*** EXERCISE INPUT ***

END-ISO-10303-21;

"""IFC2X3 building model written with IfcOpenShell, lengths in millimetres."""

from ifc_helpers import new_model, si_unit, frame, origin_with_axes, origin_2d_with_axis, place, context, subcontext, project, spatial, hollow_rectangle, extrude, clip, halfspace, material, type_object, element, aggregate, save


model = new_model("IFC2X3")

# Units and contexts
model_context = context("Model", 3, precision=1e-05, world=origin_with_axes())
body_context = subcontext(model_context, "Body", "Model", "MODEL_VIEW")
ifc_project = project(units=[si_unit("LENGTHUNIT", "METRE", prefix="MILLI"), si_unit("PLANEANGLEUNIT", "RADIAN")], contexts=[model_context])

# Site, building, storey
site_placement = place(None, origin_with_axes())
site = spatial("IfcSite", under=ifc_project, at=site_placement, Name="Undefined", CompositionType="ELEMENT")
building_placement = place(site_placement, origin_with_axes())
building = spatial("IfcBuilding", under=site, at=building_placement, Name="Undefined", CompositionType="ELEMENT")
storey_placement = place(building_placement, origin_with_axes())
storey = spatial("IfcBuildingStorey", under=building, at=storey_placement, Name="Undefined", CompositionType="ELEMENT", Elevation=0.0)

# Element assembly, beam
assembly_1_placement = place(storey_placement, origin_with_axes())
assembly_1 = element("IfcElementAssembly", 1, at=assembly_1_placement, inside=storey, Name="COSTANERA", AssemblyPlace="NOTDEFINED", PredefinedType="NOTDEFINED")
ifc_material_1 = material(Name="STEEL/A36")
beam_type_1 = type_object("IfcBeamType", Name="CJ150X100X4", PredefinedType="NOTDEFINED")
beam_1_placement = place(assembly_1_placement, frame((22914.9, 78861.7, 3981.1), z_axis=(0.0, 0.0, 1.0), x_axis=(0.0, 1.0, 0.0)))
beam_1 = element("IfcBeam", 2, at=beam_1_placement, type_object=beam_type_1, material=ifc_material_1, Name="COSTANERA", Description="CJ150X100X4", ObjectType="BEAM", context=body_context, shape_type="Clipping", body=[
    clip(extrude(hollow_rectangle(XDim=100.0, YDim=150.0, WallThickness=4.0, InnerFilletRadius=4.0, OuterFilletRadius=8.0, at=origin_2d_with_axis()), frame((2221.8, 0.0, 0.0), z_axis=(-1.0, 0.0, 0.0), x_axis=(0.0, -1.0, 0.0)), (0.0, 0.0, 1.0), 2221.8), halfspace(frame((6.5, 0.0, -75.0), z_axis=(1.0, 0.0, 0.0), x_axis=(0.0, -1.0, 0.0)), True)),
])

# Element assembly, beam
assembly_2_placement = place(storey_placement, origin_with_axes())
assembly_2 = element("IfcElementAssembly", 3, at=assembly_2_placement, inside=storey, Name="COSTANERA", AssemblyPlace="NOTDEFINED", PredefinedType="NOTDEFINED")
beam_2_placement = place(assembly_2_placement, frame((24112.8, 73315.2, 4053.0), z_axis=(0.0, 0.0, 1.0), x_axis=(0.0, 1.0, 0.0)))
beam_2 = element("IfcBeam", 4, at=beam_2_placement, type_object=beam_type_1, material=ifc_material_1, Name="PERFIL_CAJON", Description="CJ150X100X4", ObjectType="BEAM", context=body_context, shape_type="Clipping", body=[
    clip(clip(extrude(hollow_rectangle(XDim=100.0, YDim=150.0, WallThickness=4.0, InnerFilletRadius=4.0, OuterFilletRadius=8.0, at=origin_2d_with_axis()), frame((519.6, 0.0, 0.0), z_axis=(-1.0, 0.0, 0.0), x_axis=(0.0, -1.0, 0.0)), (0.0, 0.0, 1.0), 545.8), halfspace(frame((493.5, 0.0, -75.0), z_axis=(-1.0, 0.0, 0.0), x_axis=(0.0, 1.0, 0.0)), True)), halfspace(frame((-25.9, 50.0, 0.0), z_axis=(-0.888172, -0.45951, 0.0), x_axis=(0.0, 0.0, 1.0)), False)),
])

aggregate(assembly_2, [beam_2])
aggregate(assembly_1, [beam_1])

*** End of EXERCISE INPUT ***
*** EXERCISE INPUT ***

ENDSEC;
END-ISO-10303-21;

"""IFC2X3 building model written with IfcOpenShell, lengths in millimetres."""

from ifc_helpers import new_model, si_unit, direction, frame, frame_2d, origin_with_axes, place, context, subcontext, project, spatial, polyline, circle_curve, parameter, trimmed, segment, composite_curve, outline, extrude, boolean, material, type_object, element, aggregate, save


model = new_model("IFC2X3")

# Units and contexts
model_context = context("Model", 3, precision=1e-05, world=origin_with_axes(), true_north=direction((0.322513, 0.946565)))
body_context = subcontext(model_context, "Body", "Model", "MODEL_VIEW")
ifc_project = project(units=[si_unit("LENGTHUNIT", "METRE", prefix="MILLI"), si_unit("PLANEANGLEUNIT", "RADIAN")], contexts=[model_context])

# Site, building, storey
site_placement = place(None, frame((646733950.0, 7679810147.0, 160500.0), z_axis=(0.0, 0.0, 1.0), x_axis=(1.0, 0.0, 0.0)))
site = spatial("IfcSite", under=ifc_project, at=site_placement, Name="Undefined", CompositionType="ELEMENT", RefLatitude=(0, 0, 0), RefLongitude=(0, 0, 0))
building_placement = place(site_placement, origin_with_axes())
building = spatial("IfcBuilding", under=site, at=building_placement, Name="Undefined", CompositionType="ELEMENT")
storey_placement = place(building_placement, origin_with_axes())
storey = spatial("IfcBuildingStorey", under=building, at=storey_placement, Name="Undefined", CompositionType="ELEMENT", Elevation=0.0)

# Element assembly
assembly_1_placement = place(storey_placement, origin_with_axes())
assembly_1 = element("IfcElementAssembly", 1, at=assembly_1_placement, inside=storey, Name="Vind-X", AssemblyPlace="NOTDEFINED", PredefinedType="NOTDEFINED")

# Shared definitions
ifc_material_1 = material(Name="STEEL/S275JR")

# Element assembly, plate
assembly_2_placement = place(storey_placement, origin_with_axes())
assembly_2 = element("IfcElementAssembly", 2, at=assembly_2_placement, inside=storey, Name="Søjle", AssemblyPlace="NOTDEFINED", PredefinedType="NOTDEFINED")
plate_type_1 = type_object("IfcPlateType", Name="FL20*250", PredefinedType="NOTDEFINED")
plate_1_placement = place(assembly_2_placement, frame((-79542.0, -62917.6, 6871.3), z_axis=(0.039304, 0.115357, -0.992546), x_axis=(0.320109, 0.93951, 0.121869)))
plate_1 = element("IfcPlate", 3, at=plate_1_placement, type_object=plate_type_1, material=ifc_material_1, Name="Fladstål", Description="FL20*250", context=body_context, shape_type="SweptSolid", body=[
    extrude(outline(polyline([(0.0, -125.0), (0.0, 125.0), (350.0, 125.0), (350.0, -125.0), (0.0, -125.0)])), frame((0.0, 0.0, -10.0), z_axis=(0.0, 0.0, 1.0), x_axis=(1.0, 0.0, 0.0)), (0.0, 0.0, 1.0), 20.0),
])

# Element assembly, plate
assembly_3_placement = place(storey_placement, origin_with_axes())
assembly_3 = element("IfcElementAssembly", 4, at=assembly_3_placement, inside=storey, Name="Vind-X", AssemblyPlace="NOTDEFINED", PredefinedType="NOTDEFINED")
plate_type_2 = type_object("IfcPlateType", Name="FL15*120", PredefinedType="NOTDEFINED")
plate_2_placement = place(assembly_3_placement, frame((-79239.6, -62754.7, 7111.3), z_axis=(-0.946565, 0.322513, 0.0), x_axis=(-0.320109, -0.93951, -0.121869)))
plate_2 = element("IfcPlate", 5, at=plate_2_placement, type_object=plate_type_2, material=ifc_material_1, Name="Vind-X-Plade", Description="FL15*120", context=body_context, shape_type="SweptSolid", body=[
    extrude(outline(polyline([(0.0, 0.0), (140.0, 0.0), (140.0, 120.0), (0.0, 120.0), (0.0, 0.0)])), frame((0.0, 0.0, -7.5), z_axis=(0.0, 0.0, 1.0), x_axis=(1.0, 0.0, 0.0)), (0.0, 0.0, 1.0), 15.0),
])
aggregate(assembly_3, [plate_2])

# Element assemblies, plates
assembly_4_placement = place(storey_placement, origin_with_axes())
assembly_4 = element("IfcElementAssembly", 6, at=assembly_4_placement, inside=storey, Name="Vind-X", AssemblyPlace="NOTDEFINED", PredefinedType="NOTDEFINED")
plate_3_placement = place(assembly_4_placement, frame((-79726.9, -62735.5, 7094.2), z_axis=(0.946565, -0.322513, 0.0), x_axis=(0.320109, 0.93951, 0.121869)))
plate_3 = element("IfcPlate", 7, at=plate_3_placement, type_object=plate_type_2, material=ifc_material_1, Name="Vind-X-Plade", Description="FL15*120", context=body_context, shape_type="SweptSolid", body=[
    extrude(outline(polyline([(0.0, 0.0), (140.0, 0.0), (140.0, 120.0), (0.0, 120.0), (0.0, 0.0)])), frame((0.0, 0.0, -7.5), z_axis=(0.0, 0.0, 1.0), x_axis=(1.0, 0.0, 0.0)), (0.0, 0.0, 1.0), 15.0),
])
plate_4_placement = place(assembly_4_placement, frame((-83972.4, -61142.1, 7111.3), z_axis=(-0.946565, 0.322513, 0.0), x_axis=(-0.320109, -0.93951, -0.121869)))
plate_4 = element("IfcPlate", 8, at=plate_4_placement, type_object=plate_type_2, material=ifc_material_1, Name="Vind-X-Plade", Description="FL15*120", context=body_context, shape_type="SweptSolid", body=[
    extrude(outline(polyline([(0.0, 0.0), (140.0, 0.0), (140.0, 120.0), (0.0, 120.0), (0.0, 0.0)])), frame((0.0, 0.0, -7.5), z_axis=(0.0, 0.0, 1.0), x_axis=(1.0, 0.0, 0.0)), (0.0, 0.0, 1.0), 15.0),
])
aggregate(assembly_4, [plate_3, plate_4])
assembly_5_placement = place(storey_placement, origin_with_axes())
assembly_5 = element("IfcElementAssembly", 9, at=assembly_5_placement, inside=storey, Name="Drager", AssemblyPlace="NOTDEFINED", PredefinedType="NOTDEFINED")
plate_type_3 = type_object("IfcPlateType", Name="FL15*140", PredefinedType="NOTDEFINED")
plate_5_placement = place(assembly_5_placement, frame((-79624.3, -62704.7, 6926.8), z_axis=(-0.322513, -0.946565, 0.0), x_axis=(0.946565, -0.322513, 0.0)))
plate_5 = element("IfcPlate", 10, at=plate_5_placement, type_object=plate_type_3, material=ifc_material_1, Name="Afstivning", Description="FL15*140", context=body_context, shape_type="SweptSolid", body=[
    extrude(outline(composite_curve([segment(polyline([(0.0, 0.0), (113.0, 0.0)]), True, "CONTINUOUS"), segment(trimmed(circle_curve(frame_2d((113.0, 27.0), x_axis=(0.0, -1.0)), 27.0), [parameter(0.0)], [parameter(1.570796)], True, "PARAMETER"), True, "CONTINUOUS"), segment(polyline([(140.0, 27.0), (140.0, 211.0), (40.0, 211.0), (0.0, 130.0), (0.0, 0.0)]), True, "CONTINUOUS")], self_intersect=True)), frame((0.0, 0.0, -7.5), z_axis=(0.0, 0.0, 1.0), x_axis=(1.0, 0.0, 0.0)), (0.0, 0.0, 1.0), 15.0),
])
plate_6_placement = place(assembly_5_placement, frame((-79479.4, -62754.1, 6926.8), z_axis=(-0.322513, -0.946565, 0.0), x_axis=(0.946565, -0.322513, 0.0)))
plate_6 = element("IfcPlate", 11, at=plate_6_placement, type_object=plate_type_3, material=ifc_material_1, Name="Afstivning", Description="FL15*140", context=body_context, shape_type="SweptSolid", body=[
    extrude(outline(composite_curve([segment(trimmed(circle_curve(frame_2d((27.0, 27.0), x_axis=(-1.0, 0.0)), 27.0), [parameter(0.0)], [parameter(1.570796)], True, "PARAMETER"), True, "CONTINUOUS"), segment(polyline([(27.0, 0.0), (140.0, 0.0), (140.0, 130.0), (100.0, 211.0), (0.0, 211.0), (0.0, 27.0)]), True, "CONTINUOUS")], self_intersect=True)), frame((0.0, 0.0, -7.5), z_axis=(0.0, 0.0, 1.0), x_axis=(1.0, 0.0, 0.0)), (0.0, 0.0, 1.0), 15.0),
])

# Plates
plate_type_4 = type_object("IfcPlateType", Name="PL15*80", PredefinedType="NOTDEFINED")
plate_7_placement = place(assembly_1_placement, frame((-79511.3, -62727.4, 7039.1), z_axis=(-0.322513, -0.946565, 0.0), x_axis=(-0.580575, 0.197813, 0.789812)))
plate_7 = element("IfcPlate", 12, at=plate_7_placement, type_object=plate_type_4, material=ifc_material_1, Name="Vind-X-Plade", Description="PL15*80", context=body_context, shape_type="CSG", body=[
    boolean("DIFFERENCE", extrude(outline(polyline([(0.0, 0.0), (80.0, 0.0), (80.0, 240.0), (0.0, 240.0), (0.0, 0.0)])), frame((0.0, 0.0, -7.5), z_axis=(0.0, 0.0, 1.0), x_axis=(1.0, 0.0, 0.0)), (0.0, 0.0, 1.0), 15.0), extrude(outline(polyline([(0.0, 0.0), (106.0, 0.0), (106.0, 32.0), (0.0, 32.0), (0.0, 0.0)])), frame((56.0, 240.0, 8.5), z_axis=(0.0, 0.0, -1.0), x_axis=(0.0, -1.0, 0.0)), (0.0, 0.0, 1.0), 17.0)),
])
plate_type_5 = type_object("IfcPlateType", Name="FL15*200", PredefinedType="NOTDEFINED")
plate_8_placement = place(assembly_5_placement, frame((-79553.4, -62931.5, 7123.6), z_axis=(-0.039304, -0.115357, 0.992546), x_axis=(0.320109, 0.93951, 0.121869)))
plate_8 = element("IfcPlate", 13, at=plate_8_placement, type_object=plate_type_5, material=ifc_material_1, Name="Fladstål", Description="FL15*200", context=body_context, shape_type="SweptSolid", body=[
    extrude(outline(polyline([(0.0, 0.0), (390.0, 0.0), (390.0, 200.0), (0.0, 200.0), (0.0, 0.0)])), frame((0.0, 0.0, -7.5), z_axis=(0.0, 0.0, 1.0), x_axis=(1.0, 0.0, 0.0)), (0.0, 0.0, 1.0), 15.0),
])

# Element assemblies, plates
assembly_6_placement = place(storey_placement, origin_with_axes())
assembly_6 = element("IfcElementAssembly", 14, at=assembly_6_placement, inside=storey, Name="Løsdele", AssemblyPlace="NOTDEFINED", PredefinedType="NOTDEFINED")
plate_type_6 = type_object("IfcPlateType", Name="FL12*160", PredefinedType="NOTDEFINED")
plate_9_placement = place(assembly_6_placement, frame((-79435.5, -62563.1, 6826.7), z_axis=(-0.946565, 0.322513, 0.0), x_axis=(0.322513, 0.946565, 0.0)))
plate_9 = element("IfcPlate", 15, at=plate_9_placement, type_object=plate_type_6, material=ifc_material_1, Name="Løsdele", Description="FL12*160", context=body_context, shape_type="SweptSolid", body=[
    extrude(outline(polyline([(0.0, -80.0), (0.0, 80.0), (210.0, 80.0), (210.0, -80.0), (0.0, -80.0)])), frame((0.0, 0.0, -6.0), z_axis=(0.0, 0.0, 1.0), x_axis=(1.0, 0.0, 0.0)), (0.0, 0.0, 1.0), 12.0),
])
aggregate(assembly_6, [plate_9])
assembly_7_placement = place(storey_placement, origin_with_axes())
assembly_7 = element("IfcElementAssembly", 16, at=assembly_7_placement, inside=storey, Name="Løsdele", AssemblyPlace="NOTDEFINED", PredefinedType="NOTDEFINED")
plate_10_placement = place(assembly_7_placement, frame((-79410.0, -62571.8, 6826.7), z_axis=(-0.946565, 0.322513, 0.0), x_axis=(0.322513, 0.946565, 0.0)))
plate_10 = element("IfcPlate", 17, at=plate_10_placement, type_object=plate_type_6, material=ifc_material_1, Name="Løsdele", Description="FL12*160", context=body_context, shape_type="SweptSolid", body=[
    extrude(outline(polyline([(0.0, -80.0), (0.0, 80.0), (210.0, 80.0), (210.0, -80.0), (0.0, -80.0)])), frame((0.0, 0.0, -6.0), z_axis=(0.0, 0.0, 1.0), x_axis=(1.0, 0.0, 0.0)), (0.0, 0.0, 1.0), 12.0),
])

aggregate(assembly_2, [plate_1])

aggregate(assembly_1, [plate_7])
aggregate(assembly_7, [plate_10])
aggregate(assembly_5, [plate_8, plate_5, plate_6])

*** End of EXERCISE INPUT ***

- WHAT IS NEEDED
All that is needed is the exact run of lines above from the line containing "aggregate(assembly_7, [plate_10])" through the line containing "aggregate(assembly_5, [plate_8, plate_5, plate_6])", both of them included.

- TASK OUTPUT
aggregate(assembly_7, [plate_10])
aggregate(assembly_5, [plate_8, plate_5, plate_6])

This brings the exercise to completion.